Basically, they're trying to brand Office 365 as the subscription, with Office
as the software suite, which can be part of the subscription.

Of course, the box art from October still has the year:
<http://www.neowin.net/images/uploaded/1_office2013.png>

But I think that the subscription-based model will mean that there won't be a
version you receive. You just always get the newest one, whatever it may be.

------
mtgx
Microsoft will have a problem in the future - not as big of a problem as the
Windows one, but still a pretty big problem. They will have to make some
choices.

1) Keep Office Windows (and Mac) only as some sort of "competitive advantage"
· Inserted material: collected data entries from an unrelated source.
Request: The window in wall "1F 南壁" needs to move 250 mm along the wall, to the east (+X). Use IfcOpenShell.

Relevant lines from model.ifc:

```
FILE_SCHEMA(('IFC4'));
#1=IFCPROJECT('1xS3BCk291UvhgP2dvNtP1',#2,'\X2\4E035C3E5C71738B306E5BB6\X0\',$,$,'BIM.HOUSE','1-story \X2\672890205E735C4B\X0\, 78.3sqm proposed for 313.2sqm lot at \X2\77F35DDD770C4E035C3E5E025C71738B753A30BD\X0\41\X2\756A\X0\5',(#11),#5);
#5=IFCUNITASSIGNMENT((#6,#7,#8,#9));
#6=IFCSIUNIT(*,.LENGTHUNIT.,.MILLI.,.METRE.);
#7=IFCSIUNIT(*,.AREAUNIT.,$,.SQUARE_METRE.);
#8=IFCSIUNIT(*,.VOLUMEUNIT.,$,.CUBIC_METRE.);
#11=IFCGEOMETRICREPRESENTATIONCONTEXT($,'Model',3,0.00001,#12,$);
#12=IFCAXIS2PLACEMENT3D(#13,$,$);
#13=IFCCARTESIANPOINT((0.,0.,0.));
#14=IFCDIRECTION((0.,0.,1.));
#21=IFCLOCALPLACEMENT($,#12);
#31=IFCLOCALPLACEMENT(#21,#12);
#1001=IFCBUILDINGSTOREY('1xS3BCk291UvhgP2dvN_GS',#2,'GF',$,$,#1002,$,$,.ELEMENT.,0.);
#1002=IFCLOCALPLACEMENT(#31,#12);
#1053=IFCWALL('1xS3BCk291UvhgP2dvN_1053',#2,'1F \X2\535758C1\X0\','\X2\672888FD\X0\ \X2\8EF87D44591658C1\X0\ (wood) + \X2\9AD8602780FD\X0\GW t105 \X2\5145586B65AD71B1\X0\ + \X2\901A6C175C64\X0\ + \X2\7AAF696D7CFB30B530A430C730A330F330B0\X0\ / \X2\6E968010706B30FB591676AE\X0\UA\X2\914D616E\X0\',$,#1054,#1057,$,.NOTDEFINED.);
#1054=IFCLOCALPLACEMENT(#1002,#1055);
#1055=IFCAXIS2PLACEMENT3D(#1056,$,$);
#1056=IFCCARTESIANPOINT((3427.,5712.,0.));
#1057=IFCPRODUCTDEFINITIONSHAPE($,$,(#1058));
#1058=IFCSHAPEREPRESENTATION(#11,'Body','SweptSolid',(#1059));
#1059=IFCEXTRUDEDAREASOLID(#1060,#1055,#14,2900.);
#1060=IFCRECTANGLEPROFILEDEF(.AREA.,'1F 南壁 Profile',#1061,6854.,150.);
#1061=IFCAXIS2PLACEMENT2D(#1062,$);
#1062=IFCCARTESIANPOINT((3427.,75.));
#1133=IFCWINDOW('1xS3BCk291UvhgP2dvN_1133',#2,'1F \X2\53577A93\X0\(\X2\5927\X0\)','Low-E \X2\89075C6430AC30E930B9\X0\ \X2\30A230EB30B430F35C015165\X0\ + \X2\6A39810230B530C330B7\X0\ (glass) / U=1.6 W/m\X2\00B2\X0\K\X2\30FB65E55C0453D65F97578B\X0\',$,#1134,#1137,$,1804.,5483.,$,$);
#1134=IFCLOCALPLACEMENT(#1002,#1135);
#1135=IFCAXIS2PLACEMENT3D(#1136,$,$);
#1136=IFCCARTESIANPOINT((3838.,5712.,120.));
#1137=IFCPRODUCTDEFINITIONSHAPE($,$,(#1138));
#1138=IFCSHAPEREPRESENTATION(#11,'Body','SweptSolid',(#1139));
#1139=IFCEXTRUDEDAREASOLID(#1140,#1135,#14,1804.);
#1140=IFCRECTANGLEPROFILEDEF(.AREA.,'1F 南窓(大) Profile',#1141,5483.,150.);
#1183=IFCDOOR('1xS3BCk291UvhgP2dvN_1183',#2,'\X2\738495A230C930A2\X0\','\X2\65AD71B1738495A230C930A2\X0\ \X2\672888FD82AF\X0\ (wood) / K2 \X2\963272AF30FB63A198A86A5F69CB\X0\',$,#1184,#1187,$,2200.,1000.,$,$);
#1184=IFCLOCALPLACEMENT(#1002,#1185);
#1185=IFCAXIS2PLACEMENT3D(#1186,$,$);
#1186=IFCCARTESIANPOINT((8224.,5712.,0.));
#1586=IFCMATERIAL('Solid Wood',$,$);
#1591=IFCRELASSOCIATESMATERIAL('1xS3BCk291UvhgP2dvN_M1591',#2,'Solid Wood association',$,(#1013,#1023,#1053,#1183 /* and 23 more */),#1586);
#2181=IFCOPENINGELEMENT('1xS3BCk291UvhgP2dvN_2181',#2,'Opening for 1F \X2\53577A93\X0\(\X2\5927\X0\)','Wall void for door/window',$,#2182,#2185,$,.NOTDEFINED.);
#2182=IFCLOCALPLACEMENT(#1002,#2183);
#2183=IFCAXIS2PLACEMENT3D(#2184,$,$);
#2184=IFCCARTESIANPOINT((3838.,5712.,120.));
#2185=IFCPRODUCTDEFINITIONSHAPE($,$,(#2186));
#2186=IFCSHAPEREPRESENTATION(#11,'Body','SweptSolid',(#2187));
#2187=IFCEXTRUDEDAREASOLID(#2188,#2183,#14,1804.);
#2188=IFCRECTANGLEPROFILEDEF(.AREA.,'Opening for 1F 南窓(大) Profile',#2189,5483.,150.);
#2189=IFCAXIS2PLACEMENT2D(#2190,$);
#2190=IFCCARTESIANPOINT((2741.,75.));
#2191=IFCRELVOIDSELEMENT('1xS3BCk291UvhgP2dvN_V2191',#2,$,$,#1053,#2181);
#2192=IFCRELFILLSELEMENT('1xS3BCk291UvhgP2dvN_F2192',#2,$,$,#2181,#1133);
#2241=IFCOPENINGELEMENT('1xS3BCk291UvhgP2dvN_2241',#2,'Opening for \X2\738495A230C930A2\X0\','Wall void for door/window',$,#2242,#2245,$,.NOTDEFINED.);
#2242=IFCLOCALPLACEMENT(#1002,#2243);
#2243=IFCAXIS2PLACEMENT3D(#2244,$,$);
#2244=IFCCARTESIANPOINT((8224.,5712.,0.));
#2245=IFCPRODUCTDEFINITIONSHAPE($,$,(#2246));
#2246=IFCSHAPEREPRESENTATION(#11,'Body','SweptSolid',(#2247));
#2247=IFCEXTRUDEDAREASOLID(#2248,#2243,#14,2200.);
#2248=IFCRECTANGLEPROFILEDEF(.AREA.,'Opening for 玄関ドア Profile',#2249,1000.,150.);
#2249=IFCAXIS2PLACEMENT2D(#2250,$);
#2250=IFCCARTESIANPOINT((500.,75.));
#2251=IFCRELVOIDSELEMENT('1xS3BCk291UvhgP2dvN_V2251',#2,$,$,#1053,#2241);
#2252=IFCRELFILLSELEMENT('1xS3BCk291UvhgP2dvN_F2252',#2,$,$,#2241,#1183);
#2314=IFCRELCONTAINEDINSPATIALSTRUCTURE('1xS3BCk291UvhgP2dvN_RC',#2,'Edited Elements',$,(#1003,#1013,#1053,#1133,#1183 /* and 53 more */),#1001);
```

```python
import ifcopenshell
import ifcopenshell.api.geometry
import ifcopenshell.util.placement

model = ifcopenshell.open("model.ifc")

window = model.by_id(1133)
opening = window.FillsVoids[0].RelatingOpeningElement
wall = opening.VoidsElements[0].RelatingBuildingElement

wall_matrix = ifcopenshell.util.placement.get_local_placement(wall.ObjectPlacement)
shift = wall_matrix[:3, 0] * 250.0
before = ifcopenshell.util.placement.get_local_placement(window.ObjectPlacement)[:3, 3].copy()

# The window is not placed relative to its opening, so move both.
for product in (opening, window):
    matrix = ifcopenshell.util.placement.get_local_placement(product.ObjectPlacement)
    matrix[:3, 3] += shift
    ifcopenshell.api.geometry.edit_object_placement(model, product=product, matrix=matrix, is_si=False)

after = ifcopenshell.util.placement.get_local_placement(window.ObjectPlacement)[:3, 3]
print("window moved by", (after - before).round(3) + 0.0)

model.write("model-out.ifc")
```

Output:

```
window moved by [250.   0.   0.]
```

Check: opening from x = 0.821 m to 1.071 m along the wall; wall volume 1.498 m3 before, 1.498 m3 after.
2) Expand Office to iOS and Android, too, which will have billions of users in
the future, more than the Windows ecosystem itself

3) Keep prices as high as ever

4) Dramatically lower prices by an order of magnitude to make sense for the
mobile ecosystems, and be more competitive with free or sub $10 Office Suites,
that while may not have all the Office features, it will have a lot for many
people. If they didn't think that was true, they would've never made the
Office 365 web app.

So the problem for Microsoft is that whichever way they go, they _will_ get
less revenue from Office in the future, whether that's because more people
will prefer cheaper alternatives like Google Docs or even their own Office
365, or because they have to dramatically lower the price for the "native"
versions on iOS and Android, or because most people on these platforms, won't
care as much about Microsoft's Office, because there are good enough (or
free/much cheaper) alternatives.

I think in the end they will get less revenue because of a combination of both
not being as relevant on competing platforms, and having to compete on a much
cheaper price level.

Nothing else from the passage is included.